Kasama

Non-dogmatic…fiercely revolutionary

Remembering Miriam Makeba

Posted by Mike E on November 10, 2008

As news reached us of Miriam’s death, there is no better way to remember this great voice of resistance than to share her songs. 

“Soweto Blues” hailing the uprising of South Africa’s brave youth.

A video obituary:

5 Responses to “Remembering Miriam Makeba”

  1. she will be missed deeply – ¡Miriam presente!

  2. Sole said

    What a voice! To think of all the people she inspired by sharing it…Her passing is sad, but I can’t help feeling happy to celebrate her life.

  3. lunita said

    thank you for sharing this! a voice like glass and such inspiring lyrics!! what talent and courage! this artist and her music truly inspire and live on!

  4. Mike E said

    Miriam Makeba’s last song
    http://www.hindu.com/2008/11/11/stories/2008111157552000.htm

    PARIS: South Africa is in mourning. Mariam Makeba, better known as
    Mamma Africa or the Songbird of Africa, is no more.

    The South African singer who, along with Nelson Mandela, came to be
    identified with her country’s struggle against apartheid rule and
    whose songs became a rallying cry for black freedom, died in Italy
    early on Monday after performing at a protest concert. She was 76.

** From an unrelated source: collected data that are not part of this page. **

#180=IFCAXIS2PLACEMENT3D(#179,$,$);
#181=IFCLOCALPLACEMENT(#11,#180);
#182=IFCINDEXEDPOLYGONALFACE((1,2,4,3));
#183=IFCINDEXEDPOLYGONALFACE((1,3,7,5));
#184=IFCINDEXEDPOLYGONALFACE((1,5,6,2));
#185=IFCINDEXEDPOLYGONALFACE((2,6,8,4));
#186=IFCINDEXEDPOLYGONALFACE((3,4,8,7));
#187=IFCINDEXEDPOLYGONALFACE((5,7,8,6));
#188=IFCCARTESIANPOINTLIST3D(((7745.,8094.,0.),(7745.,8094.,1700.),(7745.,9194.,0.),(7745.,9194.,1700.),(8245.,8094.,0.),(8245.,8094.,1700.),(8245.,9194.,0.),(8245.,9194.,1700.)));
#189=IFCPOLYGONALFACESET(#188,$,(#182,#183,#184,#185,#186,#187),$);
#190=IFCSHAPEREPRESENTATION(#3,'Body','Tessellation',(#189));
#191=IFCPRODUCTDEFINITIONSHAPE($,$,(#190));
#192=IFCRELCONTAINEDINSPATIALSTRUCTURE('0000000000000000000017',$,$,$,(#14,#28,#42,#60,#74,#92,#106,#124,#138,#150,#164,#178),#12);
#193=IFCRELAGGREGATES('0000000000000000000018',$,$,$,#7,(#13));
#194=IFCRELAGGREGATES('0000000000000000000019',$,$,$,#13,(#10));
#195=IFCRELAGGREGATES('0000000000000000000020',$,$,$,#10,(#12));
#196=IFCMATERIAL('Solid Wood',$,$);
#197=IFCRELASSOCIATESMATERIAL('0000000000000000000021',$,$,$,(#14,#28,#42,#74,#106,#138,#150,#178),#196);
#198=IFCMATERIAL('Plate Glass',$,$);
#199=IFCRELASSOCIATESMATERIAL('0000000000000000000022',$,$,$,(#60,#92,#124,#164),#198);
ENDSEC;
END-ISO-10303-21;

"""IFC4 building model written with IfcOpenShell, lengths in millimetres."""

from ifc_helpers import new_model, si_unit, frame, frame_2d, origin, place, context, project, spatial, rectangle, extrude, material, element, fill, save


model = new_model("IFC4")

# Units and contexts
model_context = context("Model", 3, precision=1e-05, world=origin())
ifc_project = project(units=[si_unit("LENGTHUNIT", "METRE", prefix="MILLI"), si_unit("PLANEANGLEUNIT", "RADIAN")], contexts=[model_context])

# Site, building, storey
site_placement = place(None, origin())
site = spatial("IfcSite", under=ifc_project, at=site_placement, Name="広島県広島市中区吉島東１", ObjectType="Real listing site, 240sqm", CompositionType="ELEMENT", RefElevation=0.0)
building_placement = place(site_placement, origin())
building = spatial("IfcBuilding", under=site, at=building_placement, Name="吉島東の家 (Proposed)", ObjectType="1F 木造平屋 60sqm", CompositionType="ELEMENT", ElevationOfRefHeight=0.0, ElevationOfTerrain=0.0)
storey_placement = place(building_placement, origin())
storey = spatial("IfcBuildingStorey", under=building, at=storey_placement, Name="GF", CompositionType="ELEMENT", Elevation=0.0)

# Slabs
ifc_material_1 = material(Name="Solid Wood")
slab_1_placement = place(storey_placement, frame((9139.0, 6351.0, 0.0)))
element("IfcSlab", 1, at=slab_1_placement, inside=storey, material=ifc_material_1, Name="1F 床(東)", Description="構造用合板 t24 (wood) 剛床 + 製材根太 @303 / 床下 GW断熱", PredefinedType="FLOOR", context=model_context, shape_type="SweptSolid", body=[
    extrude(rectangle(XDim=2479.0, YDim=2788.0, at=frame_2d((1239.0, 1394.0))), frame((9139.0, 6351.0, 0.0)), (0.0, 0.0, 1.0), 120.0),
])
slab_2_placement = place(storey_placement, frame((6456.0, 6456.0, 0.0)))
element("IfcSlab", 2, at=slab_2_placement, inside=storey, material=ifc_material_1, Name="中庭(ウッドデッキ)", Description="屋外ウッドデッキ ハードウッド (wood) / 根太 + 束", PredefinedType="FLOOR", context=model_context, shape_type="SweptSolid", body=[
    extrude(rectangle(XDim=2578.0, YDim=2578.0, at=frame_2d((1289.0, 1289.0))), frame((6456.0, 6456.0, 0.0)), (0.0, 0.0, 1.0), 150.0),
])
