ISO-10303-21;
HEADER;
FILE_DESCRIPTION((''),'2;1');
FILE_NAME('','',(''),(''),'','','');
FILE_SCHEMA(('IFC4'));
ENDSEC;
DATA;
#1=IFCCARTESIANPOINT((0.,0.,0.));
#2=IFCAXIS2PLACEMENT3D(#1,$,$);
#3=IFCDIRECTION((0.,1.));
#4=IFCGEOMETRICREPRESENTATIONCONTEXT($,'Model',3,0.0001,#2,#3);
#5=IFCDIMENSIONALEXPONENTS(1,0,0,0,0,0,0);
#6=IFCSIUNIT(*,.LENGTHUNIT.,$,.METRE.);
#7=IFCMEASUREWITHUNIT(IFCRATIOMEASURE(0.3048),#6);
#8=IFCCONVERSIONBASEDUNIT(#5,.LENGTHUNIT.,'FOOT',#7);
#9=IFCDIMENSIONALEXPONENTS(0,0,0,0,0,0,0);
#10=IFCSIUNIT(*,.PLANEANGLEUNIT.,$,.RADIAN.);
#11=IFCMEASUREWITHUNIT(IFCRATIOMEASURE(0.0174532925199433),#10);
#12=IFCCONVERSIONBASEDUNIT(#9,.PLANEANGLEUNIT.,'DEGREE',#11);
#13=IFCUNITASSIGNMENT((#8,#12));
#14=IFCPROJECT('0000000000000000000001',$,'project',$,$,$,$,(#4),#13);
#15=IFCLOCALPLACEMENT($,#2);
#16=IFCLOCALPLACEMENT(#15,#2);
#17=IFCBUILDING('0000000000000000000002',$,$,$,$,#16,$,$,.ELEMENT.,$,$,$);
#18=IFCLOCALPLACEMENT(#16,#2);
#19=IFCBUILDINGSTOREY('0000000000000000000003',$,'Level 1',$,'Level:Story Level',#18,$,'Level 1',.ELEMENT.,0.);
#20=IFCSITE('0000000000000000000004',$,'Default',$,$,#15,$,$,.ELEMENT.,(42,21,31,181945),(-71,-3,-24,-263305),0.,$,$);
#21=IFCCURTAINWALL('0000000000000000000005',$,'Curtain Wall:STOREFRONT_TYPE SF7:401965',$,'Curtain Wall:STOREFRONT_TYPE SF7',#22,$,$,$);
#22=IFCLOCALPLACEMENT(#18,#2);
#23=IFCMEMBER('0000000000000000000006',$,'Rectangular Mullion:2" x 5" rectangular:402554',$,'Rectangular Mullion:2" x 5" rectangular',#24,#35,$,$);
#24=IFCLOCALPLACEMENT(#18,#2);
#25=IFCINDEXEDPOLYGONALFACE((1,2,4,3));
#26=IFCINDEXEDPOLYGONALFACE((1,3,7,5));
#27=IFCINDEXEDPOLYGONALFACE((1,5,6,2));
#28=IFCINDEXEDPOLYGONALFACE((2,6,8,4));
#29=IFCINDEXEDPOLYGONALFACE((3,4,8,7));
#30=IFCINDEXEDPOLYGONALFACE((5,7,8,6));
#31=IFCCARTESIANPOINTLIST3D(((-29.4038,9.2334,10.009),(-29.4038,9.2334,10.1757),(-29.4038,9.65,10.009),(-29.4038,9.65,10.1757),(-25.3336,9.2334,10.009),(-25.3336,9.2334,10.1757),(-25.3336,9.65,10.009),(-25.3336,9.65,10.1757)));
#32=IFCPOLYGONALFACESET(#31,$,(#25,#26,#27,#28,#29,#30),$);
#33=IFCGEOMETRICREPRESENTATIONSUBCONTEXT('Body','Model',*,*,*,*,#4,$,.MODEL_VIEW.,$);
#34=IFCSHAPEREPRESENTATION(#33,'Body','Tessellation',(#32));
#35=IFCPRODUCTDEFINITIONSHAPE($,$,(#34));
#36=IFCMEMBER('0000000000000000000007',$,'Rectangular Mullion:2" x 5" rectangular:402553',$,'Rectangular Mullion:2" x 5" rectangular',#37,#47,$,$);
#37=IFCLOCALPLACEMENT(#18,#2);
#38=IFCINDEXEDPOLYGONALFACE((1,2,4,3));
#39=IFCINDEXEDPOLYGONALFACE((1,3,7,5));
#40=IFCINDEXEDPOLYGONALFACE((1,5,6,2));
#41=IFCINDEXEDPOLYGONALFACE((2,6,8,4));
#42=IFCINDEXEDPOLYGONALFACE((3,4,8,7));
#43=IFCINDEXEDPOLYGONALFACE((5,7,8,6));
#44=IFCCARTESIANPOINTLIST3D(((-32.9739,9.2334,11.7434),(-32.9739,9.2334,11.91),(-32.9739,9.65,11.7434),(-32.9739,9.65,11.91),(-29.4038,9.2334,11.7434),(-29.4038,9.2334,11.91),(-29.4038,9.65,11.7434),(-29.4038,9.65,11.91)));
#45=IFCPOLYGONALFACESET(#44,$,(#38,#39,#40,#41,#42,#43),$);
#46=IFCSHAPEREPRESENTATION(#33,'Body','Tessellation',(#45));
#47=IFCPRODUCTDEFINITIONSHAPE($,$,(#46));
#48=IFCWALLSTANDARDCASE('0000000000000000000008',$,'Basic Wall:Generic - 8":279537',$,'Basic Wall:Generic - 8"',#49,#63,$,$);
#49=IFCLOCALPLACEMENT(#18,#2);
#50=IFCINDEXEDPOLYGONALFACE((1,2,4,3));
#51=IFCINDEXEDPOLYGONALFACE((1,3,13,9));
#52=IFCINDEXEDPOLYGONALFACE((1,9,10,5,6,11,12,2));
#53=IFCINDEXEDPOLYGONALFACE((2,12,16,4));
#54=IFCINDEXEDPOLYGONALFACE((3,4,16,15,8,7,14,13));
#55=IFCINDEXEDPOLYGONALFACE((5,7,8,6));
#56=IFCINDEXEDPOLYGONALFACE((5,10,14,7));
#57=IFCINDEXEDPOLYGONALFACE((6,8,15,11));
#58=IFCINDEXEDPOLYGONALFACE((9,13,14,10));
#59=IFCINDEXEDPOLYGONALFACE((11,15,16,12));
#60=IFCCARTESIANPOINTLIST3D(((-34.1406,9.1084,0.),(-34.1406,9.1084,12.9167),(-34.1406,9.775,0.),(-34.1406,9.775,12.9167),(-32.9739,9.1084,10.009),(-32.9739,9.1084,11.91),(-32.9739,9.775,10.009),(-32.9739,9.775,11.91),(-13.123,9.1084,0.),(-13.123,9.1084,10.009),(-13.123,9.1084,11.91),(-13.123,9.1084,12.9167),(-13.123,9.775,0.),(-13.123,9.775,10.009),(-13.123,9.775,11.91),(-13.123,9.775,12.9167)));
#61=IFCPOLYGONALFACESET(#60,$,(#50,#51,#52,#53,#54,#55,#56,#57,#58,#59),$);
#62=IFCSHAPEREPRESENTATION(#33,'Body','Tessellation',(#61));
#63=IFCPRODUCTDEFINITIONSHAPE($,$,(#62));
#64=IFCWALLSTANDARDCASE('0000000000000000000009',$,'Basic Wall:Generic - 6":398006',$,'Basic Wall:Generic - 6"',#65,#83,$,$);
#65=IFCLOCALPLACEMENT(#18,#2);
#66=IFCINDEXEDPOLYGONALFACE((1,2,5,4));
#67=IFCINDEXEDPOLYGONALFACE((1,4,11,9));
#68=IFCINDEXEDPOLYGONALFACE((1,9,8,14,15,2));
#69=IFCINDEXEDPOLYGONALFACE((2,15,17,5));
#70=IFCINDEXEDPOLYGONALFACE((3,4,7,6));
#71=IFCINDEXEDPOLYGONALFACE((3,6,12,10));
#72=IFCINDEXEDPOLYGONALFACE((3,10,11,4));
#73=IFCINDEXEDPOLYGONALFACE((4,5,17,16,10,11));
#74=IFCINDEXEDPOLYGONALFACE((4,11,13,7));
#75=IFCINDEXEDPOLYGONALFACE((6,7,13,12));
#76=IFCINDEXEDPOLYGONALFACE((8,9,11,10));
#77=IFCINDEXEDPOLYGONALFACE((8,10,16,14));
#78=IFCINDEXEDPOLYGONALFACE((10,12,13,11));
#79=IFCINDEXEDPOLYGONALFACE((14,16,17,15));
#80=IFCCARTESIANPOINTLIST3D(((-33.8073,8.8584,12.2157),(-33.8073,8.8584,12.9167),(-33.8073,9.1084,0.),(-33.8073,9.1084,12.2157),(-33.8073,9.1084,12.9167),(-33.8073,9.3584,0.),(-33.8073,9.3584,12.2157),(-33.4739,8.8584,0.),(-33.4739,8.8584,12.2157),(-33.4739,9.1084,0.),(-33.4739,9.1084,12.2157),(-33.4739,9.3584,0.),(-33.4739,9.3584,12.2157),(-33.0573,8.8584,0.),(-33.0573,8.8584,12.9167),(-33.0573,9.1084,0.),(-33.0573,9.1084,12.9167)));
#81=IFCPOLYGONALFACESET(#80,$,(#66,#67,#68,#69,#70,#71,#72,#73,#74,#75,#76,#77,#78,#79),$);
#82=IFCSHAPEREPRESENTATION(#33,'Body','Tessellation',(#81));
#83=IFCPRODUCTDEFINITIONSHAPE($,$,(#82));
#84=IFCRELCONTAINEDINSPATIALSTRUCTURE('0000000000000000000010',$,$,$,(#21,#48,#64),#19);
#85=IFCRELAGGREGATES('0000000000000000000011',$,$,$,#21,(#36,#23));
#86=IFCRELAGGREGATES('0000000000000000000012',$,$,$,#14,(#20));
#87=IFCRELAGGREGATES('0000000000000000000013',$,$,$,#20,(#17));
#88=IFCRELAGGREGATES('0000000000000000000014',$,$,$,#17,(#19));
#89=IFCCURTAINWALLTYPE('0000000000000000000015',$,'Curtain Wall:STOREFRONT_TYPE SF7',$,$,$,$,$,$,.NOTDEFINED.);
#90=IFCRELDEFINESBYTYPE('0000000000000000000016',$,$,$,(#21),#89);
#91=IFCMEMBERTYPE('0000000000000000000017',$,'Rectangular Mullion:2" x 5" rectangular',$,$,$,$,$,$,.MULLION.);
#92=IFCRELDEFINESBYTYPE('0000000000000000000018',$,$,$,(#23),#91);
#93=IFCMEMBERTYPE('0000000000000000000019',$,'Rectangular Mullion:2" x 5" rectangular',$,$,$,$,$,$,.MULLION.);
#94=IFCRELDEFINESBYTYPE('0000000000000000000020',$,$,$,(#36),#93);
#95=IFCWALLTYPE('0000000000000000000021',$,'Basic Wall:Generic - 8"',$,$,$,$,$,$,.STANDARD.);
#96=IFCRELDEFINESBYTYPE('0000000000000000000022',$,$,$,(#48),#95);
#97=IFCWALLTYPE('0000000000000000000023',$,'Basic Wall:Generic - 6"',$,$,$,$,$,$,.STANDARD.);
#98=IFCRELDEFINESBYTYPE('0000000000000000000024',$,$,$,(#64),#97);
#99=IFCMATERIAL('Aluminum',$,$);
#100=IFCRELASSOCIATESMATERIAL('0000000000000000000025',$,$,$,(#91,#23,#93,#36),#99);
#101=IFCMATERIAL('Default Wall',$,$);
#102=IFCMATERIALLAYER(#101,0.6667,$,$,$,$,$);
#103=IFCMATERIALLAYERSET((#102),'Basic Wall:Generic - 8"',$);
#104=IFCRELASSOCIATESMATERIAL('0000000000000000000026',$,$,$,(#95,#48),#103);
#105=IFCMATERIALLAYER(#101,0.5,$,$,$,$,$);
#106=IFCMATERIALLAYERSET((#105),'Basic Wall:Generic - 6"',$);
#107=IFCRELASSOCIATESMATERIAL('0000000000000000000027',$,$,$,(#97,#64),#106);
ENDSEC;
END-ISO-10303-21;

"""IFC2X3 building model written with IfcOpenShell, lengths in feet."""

from ifc_helpers import new_model, entity, si_unit, converted_unit, direction, frame, frame_2d, origin, origin_2d_with_axis, place, context, subcontext, project, spatial, polyline, rectangle, extrude, clip, bounded_halfspace, source, transform, mapped, material, layer, layer_set, layer_usage, type_object, type_shapes, element, aggregate, save


model = new_model("IFC2X3")

# Units and contexts
model_context = context("Model", 3, precision=0.0001, world=origin(), true_north=direction((0.0, 1.0)))
body_context = subcontext(model_context, "Body", "Model", "MODEL_VIEW")
ifc_project = project(units=[converted_unit("LENGTHUNIT", "FOOT", entity("IfcRatioMeasure", 0.3048), si_unit("LENGTHUNIT", "METRE"), dimensions=[1, 0, 0, 0, 0, 0, 0]), converted_unit("PLANEANGLEUNIT", "DEGREE", entity("IfcRatioMeasure", 0.0174532925199433), si_unit("PLANEANGLEUNIT", "RADIAN"), dimensions=[0, 0, 0, 0, 0, 0, 0])], contexts=[model_context])

# Site, building, storey
site_placement = place(None, origin())
site = spatial("IfcSite", under=ifc_project, at=site_placement, Name="Default", CompositionType="ELEMENT", RefLatitude=(42, 21, 31, 181945), RefLongitude=(-71, -3, -24, -263305), RefElevation=0.0)
building_placement = place(site_placement, origin())
building = spatial("IfcBuilding", under=site, at=building_placement, CompositionType="ELEMENT")
storey_placement = place(building_placement, origin())
storey = spatial("IfcBuildingStorey", under=building, at=storey_placement, Name="Level 1", ObjectType="Level:Story Level", LongName="Level 1", CompositionType="ELEMENT", Elevation=0.0)

# Curtain wall, members
curtain_wall_type = type_object("IfcCurtainWallType", Name="Curtain Wall:STOREFRONT_TYPE SF7", PredefinedType="NOTDEFINED")
curtain_wall_placement = place(storey_placement, origin())
curtain_wall = element("IfcCurtainWall", 1, at=curtain_wall_placement, inside=storey, type_object=curtain_wall_type, Name="Curtain Wall:STOREFRONT_TYPE SF7:401965", ObjectType="Curtain Wall:STOREFRONT_TYPE SF7")
ifc_material_1 = material(Name="Aluminum")
member_type_1 = type_object("IfcMemberType", Name="Rectangular Mullion:2\" x 5\" rectangular", PredefinedType="MULLION", material=ifc_material_1)
shared_shape_1 = source(origin(), body_context, "Body", "SweptSolid", [
    extrude(rectangle(XDim=0.4167, YDim=0.1667, at=origin_2d_with_axis()), frame((-0.0833, 0.0, -4.0702), z_axis=(0.0, 0.0, 1.0), x_axis=(0.0, -1.0, 0.0)), (0.0, 0.0, 1.0), 4.0702),
])
type_shapes(member_type_1, [shared_shape_1])
member_1_placement = place(curtain_wall_placement, frame((-29.4038, 9.4417, 10.009), z_axis=(-1.0, 0.0, 0.0), x_axis=(0.0, 0.0, -1.0)))
member_1 = element("IfcMember", 2, at=member_1_placement, type_object=member_type_1, material=ifc_material_1, Name="Rectangular Mullion:2\" x 5\" rectangular:402554", ObjectType="Rectangular Mullion:2\" x 5\" rectangular", context=body_context, shape_type="MappedRepresentation", body=[
    mapped(shared_shape_1, transform((0.0, 0.0, 0.0), scale=1.0)),
])
member_type_2 = type_object("IfcMemberType", Name="Rectangular Mullion:2\" x 5\" rectangular", PredefinedType="MULLION", material=ifc_material_1)
shared_shape_2 = source(origin(), body_context, "Body", "SweptSolid", [
    extrude(rectangle(XDim=0.4167, YDim=0.1667, at=origin_2d_with_axis()), frame((-0.0833, 0.0, -3.5702), z_axis=(0.0, 0.0, 1.0), x_axis=(0.0, -1.0, 0.0)), (0.0, 0.0, 1.0), 3.5702),
])
type_shapes(member_type_2, [shared_shape_2])
member_2_placement = place(curtain_wall_placement, frame((-29.4038, 9.4417, 11.91), z_axis=(1.0, 0.0, 0.0), x_axis=(0.0, 0.0, 1.0)))
member_2 = element("IfcMember", 3, at=member_2_placement, type_object=member_type_2, material=ifc_material_1, Name="Rectangular Mullion:2\" x 5\" rectangular:402553", ObjectType="Rectangular Mullion:2\" x 5\" rectangular", context=body_context, shape_type="MappedRepresentation", body=[
    mapped(shared_shape_2, transform((0.0, 0.0, 0.0), scale=1.0)),
])
aggregate(curtain_wall, [member_2, member_1])

# Walls, openings
ifc_material_2 = material(Name="Default Wall")
ifc_layer_1 = layer(ifc_material_2, 0.6667)
ifc_layer_set_1 = layer_set([ifc_layer_1], Name="Basic Wall:Generic - 8\"")
ifc_layer_usage_1 = layer_usage(ifc_layer_set_1, "AXIS2", "NEGATIVE", 0.3333)
wall_type_1 = type_object("IfcWallType", Name="Basic Wall:Generic - 8\"", PredefinedType="STANDARD", material=ifc_layer_set_1)
wall_1_placement = place(storey_placement, frame((-34.1406, 9.4417, 0.0)))
wall_1 = element("IfcWallStandardCase", 4, at=wall_1_placement, inside=storey, type_object=wall_type_1, material=ifc_layer_usage_1, Name="Basic Wall:Generic - 8\":279537", ObjectType="Basic Wall:Generic - 8\"", context=body_context, shape_type="SweptSolid", body=[
    extrude(rectangle(XDim=21.0176, YDim=0.6667, at=frame_2d((10.5088, 0.0), x_axis=(-1.0, 0.0))), origin(), (0.0, 0.0, 1.0), 12.9167),
])
opening_1_placement = place(wall_1_placement, origin())
element("IfcOpeningElement", 5, at=opening_1_placement, cuts=wall_1, ObjectType="Opening", context=body_context, shape_type="SweptSolid", body=[
    extrude(rectangle(XDim=1.901, YDim=19.8509, at=origin_2d_with_axis()), frame((11.0921, -0.8333, 10.9595), z_axis=(0.0, 1.0, 0.0), x_axis=(0.0, 0.0, 1.0)), (0.0, 0.0, 1.0), 1.6667),
])
ifc_layer_2 = layer(ifc_material_2, 0.5)
ifc_layer_set_2 = layer_set([ifc_layer_2], Name="Basic Wall:Generic - 6\"")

    She had been singing at a concert protesting Mafia rule in Italy and
    in support of Roberto Saviano, an author who has received death
    threats since writing about organised crime. She collapsed as she was
    leaving the stage and died of a heart attack shortly after she was
    taken to a hospital near Naples.

    Although arthritis had weakened her once agile limbs and age had
    dimmed her vision, nothing had diminished her powerful voice or
    affected her resolve to fight for justice. She died as she had lived,
    fighting for truth and justice through her songs. She shot to
    international fame with titles such as “Pata Pata,” which was her
    first world hit.

    In South Africa she was seen as an everlasting symbol of the pain and
    humiliation suffered by black people under the apartheid system of
    racial segregation that only ended with the release from prison of
    Nelson Mandela in 1990.

    After the South African regime cancelled her passport in 1960, Mariam
    Makeba spent 31 years in exile, living in France, Guinea and Belgium,
    and the United States. She was prevented from attending her mother’s
    funeral after touring in the U.S. He music was banned on stateowned
    South African radio and television after she condemned the racist
    South African regime at the U.N. headquarters in 1976.

    “I never understood why I couldn’t come home,” Makeba said at an
    emotional homecoming in Johannesburg in 1990 as the apartheid system
    began to crumble. “I never committed any crime.”

    She wrote in her memoirs: “I kept my culture. I kept the music of my
    roots. Through my music I became this voice and image of Africa, and
    the people, without even realising.”

    In an interview in 2008, she said: “I’m not a political singer. I
    don’t know what the word means. People think I consciously decided to
    tell the world what was happening in South Africa. No! I was singing
    about my life, and in South Africa we always sang about what was
    happening to us – especially the things that hurt us.”

    Mandela’s tribute

    Describing her as “the mother of South Africa,” Nelson Mandela gave
    voice to his country’s pain as tributes poured in for the legendary
    singer.

    “She was South Africa’s first lady of song and so richly deserved the
    title of Mama Africa. She was a mother to our struggle and to the
    young nation of ours,” he said in a statement.

    “Her haunting melodies gave voice to the pain of exile and dislocation
    which she felt for 31 long years. At the same time, her music inspired
    a powerful sense of hope in all of us. Even after she returned home
    she continued to use her name to make a difference by mentoring
    musicians and supporting struggling young women,” he added.

    The South African Government mourned her. “One of the greatest
    songstresses of our time, Mariam Makeba has ceased to sing,” said
    Foreign Minister Nkosazana Dlamini Zuma.

    Mariam Makeba’s husbands included the American black activist Stokely
    Carmichael, with whom she lived in Guinea, and the jazz trumpeter Hugh
    Masekela, who also spent many years in exile.

    (c) Copyright 2000 – 2008 The Hindu

  5. Ethipian: said

    Mariam Makeba,was better known by Mama Africa in all African countries. She was a mother to all peace seekers especially before a decayed of years, where most African were suffering from injustice and inhumane actions in their own home land.
    so, she has paied all her best and now is the rule of Nature.